09 January 2006

Don't Think Twice, It's All Right

Recently Jenny sent me an editorial from the New York Times about reflection. The author seemed to think that end-of-year pondering was less than helpful. Apparently studies have shown that people who thought incessantly about their depression or analysed the relationships they were in were either no more likely to fix things, or in fact less so. However, one thing I noticed was that it never mentioned whether any action was taken towards improvement, or whether they were simply.....wallowing. I'd have to read the article again to confirm my train of thought, as its been several days since reading, and I got distracted in the midst of my own original response, but I wondered. Because there is a time when self-reflection is necessary, not for one's survival, but in order to thrive--not to act upon, not to judge, simply to acknowledge. To see things for the way they are. Whoever said the unexamined life is not worth living was on to something. Not only is it not worth living, it may in fact be unlivable. A spiritual inventory is one of the most important processes we have, a sacred ritual that empowers us and grounds us.

For me, the end of December is such a time. While for some the cycle of newness begins in the fall, when the harvest is at its peak, the traditional end of the year, when everything seems frozen and here in the north often actually is, gives me the necessary pause for reflection. Or, more aptly, for scrying on this thing that is my life. The lake in my front yard is frozen nearly solid, with only a narrow black channel of warmer current. But from our cove to nearly halfway across to Canopus Hill , the ice is a product of slow freezing: of daily fluctuations, thawing and re-freezing, that white ice crazed with crystals yet entirely motionless. As I wrote this by hand in my journal, it was also covered with a morning's fine dusting of snow. Instead of being simultaneously a reflection of the sky and a glimpse of the abundant, though wet, life beneath, the lake was blank: a perfect white sheet of paper: a movie screen.

(It was then that Robin came in from out of the snow of his short walk, and I drove him to the station in Garrison, that perfect little town carved into the cliff bank of the Hudson River, stopping at the general store for coffee and doughnuts, looking out over the falling snow above the river, the birds darting among the red thorns, talking about the normal life, the simple life, before I put him on the train with a quick kiss on the cheek and drove back over the mountain in the blinding wet snow and the magical snowy New Year's Eve twilight was gone)


This kind of reflection is more than self-analysis, while also being less than it--or perhaps by being less than it.
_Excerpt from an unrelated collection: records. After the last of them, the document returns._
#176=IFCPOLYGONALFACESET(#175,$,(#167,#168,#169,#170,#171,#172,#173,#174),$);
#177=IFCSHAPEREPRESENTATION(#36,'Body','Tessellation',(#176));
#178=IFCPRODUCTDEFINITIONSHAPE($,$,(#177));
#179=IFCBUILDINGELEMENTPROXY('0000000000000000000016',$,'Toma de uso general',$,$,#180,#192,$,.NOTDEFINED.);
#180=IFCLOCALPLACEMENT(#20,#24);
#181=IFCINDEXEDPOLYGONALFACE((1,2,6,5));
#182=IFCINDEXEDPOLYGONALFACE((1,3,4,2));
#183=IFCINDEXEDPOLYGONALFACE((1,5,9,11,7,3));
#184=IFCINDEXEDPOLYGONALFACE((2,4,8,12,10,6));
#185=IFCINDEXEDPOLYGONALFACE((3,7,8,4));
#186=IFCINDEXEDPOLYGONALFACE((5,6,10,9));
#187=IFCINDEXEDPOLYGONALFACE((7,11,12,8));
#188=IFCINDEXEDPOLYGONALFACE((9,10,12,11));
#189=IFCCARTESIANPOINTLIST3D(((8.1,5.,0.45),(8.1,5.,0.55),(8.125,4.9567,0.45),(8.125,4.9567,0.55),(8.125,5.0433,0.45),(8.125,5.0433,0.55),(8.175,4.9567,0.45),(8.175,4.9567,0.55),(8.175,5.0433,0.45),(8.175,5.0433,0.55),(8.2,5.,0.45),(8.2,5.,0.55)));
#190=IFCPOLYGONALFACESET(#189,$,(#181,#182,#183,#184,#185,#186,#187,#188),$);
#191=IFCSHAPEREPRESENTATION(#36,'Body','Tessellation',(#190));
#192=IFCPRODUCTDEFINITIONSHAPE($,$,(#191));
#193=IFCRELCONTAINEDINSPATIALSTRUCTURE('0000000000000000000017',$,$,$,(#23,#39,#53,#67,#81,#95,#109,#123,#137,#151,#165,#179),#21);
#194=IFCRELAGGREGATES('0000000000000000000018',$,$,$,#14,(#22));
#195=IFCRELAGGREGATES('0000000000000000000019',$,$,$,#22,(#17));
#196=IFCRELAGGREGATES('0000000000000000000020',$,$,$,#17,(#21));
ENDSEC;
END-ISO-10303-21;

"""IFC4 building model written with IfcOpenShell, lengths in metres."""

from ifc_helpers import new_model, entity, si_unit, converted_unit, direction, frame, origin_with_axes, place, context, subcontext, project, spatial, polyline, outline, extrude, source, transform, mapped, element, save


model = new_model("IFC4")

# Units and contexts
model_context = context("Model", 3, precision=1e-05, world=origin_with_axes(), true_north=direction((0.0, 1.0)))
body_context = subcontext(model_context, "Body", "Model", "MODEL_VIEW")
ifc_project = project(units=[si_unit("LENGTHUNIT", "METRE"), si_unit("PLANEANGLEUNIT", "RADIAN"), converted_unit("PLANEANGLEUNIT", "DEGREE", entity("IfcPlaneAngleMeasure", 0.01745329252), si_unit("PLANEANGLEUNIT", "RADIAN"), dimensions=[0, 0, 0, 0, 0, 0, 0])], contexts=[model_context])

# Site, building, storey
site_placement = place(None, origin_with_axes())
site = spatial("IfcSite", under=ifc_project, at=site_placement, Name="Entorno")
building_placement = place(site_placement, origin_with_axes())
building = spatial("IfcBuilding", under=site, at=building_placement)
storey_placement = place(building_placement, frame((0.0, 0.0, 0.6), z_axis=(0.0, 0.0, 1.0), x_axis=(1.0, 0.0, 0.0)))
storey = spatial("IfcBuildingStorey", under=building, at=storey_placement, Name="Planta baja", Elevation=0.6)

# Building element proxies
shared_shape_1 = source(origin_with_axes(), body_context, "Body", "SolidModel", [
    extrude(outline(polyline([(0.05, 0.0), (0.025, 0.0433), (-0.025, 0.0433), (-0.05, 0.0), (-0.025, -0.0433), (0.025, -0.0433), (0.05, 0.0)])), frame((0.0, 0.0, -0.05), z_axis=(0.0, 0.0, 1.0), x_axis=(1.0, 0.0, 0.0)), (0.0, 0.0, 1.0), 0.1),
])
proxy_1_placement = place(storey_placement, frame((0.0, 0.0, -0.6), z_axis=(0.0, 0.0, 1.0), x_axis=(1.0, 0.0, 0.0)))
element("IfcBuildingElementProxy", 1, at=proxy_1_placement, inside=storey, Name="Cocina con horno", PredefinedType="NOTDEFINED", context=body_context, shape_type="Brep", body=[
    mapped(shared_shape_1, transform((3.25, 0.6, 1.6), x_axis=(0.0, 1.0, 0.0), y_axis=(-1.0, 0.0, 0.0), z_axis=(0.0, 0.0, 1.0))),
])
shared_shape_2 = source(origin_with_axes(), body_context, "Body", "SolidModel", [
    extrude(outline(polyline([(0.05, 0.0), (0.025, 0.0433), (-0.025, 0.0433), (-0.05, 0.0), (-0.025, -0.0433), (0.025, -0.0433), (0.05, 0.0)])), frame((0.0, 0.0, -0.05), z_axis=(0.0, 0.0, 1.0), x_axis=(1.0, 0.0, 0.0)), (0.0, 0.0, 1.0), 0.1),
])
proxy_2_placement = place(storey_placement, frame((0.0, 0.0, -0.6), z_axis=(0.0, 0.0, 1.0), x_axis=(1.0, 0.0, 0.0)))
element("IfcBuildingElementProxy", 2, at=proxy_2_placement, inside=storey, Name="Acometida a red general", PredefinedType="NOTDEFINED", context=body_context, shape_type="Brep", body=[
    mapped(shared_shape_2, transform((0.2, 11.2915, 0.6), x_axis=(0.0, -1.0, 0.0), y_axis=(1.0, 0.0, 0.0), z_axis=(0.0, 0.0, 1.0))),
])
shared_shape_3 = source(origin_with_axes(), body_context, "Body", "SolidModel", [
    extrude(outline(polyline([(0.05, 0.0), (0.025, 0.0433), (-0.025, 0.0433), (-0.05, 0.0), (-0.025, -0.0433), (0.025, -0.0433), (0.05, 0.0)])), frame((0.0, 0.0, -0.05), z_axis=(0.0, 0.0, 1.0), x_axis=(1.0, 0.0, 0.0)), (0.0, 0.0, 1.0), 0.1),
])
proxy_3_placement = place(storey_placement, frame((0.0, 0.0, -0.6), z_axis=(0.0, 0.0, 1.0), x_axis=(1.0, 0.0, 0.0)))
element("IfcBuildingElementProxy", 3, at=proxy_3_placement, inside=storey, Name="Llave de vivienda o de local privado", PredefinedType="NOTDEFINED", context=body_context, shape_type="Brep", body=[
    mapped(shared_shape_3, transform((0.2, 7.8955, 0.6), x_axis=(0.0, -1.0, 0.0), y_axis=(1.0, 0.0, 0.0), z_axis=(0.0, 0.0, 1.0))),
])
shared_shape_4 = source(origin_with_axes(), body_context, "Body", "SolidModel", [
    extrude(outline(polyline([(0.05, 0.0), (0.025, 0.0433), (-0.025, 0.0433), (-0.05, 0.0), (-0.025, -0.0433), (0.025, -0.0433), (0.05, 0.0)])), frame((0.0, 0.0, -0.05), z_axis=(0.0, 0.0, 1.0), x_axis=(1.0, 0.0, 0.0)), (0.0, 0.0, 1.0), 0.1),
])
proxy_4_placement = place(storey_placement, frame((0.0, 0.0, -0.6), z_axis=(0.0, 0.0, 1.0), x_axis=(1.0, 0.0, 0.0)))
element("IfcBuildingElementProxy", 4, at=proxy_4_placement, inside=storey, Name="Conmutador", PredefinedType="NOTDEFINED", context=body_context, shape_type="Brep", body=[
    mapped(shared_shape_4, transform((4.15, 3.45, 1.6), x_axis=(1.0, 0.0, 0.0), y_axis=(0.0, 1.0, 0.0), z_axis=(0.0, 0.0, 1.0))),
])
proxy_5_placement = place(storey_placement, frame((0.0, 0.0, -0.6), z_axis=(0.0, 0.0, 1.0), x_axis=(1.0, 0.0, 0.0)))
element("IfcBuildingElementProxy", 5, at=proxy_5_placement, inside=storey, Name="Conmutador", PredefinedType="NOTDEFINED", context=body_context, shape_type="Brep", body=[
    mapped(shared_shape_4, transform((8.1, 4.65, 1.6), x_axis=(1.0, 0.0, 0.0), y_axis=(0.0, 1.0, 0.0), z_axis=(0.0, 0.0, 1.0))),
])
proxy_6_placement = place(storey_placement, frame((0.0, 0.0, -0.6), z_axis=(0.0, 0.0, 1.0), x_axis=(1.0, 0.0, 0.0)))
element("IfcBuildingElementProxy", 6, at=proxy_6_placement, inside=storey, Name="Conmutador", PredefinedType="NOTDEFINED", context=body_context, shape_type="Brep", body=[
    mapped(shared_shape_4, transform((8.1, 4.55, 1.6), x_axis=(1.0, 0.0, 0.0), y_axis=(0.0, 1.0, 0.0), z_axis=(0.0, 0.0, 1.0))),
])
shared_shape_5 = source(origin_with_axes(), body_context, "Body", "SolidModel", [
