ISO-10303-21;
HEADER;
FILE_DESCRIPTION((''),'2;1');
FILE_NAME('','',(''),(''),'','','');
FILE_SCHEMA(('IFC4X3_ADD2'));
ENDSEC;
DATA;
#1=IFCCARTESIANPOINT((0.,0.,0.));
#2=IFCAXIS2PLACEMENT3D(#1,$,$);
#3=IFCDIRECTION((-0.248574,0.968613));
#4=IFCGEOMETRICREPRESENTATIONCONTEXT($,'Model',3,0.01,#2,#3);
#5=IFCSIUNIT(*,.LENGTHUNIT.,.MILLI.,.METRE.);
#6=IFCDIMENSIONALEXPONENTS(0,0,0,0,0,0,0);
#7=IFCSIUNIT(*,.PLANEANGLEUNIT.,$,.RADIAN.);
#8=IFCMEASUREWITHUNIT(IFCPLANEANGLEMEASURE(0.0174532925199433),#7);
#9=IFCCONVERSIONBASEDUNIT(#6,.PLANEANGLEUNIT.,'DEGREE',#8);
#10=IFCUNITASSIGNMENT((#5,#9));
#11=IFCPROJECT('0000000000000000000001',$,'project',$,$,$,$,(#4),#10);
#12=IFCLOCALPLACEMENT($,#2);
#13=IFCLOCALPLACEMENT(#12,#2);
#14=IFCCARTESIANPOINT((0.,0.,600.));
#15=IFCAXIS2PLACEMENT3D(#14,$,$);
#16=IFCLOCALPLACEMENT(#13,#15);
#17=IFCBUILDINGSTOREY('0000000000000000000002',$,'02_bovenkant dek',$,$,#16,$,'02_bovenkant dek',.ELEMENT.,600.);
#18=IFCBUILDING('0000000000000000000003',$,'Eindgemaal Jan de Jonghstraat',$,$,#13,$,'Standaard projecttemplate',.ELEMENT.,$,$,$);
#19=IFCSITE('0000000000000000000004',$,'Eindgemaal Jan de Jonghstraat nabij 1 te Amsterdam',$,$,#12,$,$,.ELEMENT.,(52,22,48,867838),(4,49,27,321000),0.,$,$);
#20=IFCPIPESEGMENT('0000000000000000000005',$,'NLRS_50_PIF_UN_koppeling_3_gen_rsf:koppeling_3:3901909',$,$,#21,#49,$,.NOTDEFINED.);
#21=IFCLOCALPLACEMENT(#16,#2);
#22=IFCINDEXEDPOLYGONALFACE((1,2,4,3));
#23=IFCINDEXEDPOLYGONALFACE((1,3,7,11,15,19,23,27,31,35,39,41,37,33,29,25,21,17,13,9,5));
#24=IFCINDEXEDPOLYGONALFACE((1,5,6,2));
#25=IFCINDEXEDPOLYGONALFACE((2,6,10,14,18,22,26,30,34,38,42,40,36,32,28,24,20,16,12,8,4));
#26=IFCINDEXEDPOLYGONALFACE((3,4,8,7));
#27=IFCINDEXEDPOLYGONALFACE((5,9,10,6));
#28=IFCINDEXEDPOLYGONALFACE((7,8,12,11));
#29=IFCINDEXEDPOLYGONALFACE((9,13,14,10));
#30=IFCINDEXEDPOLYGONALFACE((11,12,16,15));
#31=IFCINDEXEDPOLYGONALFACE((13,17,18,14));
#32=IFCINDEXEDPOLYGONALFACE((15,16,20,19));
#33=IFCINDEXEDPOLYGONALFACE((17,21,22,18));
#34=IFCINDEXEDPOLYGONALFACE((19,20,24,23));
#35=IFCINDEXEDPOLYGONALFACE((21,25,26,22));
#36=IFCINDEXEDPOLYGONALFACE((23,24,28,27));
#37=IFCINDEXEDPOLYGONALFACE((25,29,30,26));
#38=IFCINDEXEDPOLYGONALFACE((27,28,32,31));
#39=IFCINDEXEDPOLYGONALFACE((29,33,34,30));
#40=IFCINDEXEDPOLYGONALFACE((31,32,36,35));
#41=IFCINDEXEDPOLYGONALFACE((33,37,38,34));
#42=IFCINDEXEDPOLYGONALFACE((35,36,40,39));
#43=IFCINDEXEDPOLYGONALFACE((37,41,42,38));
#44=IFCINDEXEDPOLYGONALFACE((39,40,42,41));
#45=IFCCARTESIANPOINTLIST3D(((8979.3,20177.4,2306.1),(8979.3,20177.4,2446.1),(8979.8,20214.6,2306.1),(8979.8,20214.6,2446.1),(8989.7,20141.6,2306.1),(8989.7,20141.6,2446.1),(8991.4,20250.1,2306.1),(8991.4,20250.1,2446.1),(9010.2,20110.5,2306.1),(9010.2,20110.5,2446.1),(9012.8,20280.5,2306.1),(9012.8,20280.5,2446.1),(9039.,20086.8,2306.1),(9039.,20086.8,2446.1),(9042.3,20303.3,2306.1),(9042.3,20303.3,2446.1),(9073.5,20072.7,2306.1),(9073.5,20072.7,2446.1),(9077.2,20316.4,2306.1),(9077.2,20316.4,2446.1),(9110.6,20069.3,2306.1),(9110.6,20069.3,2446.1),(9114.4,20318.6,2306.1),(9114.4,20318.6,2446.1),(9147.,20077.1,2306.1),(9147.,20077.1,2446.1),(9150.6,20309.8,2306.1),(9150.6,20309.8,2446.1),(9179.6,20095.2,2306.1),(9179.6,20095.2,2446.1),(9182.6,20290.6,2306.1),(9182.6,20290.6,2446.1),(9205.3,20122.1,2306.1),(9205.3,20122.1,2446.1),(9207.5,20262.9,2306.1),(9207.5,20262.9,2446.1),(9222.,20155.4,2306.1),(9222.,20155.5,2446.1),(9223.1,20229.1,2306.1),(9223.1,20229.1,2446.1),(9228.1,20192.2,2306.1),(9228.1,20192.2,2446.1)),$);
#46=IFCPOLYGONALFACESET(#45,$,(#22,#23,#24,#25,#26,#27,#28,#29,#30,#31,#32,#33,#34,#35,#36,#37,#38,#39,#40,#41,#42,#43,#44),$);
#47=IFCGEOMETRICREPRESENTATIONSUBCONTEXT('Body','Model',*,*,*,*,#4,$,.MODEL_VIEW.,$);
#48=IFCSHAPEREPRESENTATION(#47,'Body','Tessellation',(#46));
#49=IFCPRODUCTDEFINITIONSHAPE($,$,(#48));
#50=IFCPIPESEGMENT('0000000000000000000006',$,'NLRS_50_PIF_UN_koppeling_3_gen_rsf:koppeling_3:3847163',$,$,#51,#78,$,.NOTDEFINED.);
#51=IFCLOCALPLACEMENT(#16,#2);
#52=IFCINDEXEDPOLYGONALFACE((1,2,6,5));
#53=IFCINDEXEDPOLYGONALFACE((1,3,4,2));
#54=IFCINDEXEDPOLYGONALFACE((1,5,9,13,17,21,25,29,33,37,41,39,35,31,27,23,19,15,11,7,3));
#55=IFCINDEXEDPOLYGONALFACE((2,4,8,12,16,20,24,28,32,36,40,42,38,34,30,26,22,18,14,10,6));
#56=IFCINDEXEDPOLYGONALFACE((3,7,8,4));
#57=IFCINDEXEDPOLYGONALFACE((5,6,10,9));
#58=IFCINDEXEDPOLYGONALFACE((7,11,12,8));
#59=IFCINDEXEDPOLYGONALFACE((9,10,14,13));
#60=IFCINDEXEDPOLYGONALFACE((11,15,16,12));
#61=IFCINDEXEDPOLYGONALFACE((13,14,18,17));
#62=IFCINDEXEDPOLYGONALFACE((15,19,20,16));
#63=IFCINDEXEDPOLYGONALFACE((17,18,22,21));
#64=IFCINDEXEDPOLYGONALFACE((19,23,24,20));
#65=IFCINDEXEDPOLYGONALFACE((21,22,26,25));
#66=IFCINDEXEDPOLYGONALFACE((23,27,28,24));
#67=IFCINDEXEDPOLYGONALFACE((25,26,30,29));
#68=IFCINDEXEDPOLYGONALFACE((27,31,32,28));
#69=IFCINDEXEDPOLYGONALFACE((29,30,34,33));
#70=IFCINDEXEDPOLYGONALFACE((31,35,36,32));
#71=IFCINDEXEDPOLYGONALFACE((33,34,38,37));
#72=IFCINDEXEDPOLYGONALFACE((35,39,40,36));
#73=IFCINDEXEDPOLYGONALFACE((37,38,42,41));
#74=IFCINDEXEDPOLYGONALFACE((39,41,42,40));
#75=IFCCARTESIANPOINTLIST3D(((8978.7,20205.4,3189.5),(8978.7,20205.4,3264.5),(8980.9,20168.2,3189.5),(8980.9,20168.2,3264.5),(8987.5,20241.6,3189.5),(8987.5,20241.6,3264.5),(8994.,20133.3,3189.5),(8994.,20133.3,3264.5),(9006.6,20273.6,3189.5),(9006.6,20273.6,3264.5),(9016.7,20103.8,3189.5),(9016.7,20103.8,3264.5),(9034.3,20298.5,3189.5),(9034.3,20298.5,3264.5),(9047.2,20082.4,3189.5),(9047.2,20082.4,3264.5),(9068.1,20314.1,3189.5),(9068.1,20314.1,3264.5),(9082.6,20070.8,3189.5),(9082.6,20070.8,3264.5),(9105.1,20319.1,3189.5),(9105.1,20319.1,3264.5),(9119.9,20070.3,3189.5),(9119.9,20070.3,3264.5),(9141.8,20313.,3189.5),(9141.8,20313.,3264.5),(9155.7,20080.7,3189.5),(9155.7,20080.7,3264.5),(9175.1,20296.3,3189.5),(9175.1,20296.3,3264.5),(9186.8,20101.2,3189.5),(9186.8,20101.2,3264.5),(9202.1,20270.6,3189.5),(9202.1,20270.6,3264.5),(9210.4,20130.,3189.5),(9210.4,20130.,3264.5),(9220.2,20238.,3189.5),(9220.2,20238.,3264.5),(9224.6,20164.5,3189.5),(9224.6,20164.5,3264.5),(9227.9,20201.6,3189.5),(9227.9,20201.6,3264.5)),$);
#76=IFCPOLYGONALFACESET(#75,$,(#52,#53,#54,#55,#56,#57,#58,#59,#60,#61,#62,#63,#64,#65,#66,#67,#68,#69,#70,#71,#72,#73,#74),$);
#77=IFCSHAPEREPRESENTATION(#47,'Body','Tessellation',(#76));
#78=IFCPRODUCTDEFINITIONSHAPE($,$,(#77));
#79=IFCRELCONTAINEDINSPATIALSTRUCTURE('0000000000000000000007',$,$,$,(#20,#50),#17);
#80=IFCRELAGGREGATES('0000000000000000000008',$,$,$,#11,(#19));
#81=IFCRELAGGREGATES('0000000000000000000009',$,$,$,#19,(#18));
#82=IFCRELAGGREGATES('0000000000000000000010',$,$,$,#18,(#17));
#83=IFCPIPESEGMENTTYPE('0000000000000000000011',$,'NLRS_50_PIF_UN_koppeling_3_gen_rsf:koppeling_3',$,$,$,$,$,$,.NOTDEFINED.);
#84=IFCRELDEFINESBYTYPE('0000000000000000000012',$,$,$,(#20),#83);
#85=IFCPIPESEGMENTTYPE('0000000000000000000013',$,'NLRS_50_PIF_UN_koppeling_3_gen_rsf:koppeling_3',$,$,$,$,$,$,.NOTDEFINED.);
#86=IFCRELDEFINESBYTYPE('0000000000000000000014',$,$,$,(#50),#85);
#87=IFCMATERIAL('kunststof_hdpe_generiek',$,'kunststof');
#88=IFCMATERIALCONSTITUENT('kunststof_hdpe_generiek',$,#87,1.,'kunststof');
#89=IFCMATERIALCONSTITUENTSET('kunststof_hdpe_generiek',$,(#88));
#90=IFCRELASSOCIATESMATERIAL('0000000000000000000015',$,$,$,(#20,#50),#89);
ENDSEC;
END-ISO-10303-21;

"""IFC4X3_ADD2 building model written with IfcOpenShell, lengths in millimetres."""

from ifc_helpers import new_model, entity, si_unit, converted_unit, direction, frame, frame_2d, origin, place, context, subcontext, project, spatial, circle, extrude, source, transform, mapped, material, constituent, constituent_set, type_object, type_shapes, element, save


model = new_model("IFC4X3_ADD2")

# Units and contexts
model_context = context("Model", 3, precision=0.01, world=origin(), true_north=direction((-0.248574, 0.968613)))
body_context = subcontext(model_context, "Body", "Model", "MODEL_VIEW")
ifc_project = project(units=[si_unit("LENGTHUNIT", "METRE", prefix="MILLI"), converted_unit("PLANEANGLEUNIT", "DEGREE", entity("IfcPlaneAngleMeasure", 0.0174532925199433), si_unit("PLANEANGLEUNIT", "RADIAN"), dimensions=[0, 0, 0, 0, 0, 0, 0])], contexts=[model_context])

# Site, building, storey
site_placement = place(None, origin())
site = spatial("IfcSite", under=ifc_project, at=site_placement, Name="Eindgemaal Jan de Jonghstraat nabij 1 te Amsterdam", CompositionType="ELEMENT", RefLatitude=(52, 22, 48, 867838), RefLongitude=(4, 49, 27, 321000), RefElevation=0.0)
building_placement = place(site_placement, origin())
building = spatial("IfcBuilding", under=site, at=building_placement, Name="Eindgemaal Jan de Jonghstraat", LongName="Standaard projecttemplate", CompositionType="ELEMENT")
storey_placement = place(building_placement, frame((0.0, 0.0, 600.0)))
storey = spatial("IfcBuildingStorey", under=building, at=storey_placement, Name="02_bovenkant dek", LongName="02_bovenkant dek", CompositionType="ELEMENT", Elevation=600.0)

# Pipe segments
ifc_material_1 = material(Name="kunststof_hdpe_generiek", Category="kunststof")
ifc_constituent_1 = constituent(ifc_material_1, Name="kunststof_hdpe_generiek", Category="kunststof", fraction=1.0)
ifc_constituent_set_1 = constituent_set(constituents=[ifc_constituent_1], Name="kunststof_hdpe_generiek")
pipe_segment_type_1 = type_object("IfcPipeSegmentType", Name="NLRS_50_PIF_UN_koppeling_3_gen_rsf:koppeling_3", PredefinedType="NOTDEFINED")
shared_shape_1 = source(origin(), body_context, "Body", "SweptSolid", [
    extrude(circle(Radius=125.0, at=frame_2d((0.0, 0.0), x_axis=(1.0, 0.0))), frame((0.0, 0.0, 0.0), z_axis=(1.0, 0.0, 0.0), x_axis=(0.0, 1.0, 0.0)), (0.0, 0.0, 1.0), 140.0),
])
type_shapes(pipe_segment_type_1, [shared_shape_1])
for number, where, z_axis, x_axis, name in (
    (1, (9103.1, 20194.1, 2446.1), (-0.668897, 0.743355, -0.000031), (-0.000002, -0.000043, -1.0), "NLRS_50_PIF_UN_koppeling_3_gen_rsf:koppeling_3:3901909"),
):
    element("IfcPipeSegment", number, at=place(storey_placement, frame(where, z_axis=z_axis, x_axis=x_axis)), inside=storey, type_object=pipe_segment_type_1, material=ifc_constituent_set_1, Name=name, PredefinedType="NOTDEFINED", context=body_context, shape_type="MappedRepresentation", body=[
        mapped(shared_shape_1, transform((0.0, 0.0, 0.0), scale=1.0)),
    ])
pipe_segment_type_2 = type_object("IfcPipeSegmentType", Name="NLRS_50_PIF_UN_koppeling_3_gen_rsf:koppeling_3", PredefinedType="NOTDEFINED")
shared_shape_2 = source(origin(), body_context, "Body", "SweptSolid", [
    extrude(circle(Radius=125.0, at=frame_2d((0.0, 0.0), x_axis=(1.0, 0.0))), frame((0.0, 0.0, 0.0), z_axis=(1.0, 0.0, 0.0), x_axis=(0.0, 1.0, 0.0)), (0.0, 0.0, 1.0), 75.0),
])
type_shapes(pipe_segment_type_2, [shared_shape_2])
pipe_segment_1_placement = place(storey_placement, frame((9103.1, 20194.2, 3264.5), z_axis=(-0.743355, -0.668897, 0.00002), x_axis=(-0.000001, -0.00003, -1.0)))
element("IfcPipeSegment", 2, at=pipe_segment_1_placement, inside=storey, type_object=pipe_segment_type_2, material=ifc_constituent_set_1, Name="NLRS_50_PIF_UN_koppeling_3_gen_rsf:koppeling_3:3847163", PredefinedType="NOTDEFINED", context=body_context, shape_type="MappedRepresentation", body=[
    mapped(shared_shape_2, transform((0.0, 0.0, 0.0), scale=1.0)),
])

save(model, "model.ifc")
There is second-guessing one's action, and there is meditation upon one's soul. One's actions, in a sense, are finite. One's soul is not. It is true, in both physics and human relationships, that to an extent a single action is infinite, in the sense that it reverberates and affects each thing in turn, causing re-action and new action. Soul manages to escape that, encompasses the whole at the outset, outside of time. There comes a point, one hopes, where one stops observing what one has done and begins to observe, quite simply, who one is. It's a subtle shift, one that often takes years or even a lifetime, but one that must be made to go beyond mere omphaloskeptic self-absorption into something spiritual. I hate to use the word "useful" because reflection is not a tool, which seems to be the general opinion. It is not a machine into which you put two quarters to come out with a hypothesis that can then be applied to the situation at hand. Meditation is not a transaction. In our consumer society, we often fail utterly to understand that. It's not something of which we can ask, "What's in it for me?" without being disappointed. The answer is too enigmatic to satisfy our craving for solid proof. We want results. And the answer, of course, is simply to be in it, ourselves, both feet planted firmly in this impossible existence where we set the ones we love free downriver on the current, where the road home is slippery and often treacherous, where the silent solitary beauty of snow falling on the evergreens undoes us even as we search for the meaning of small towns nestled in valleys.

Even while we search, the answer is inside us, and if we do not stop to ask for it, we will pass it unnoticed, thinking it merely another snowfield rather than the silent wonder it is.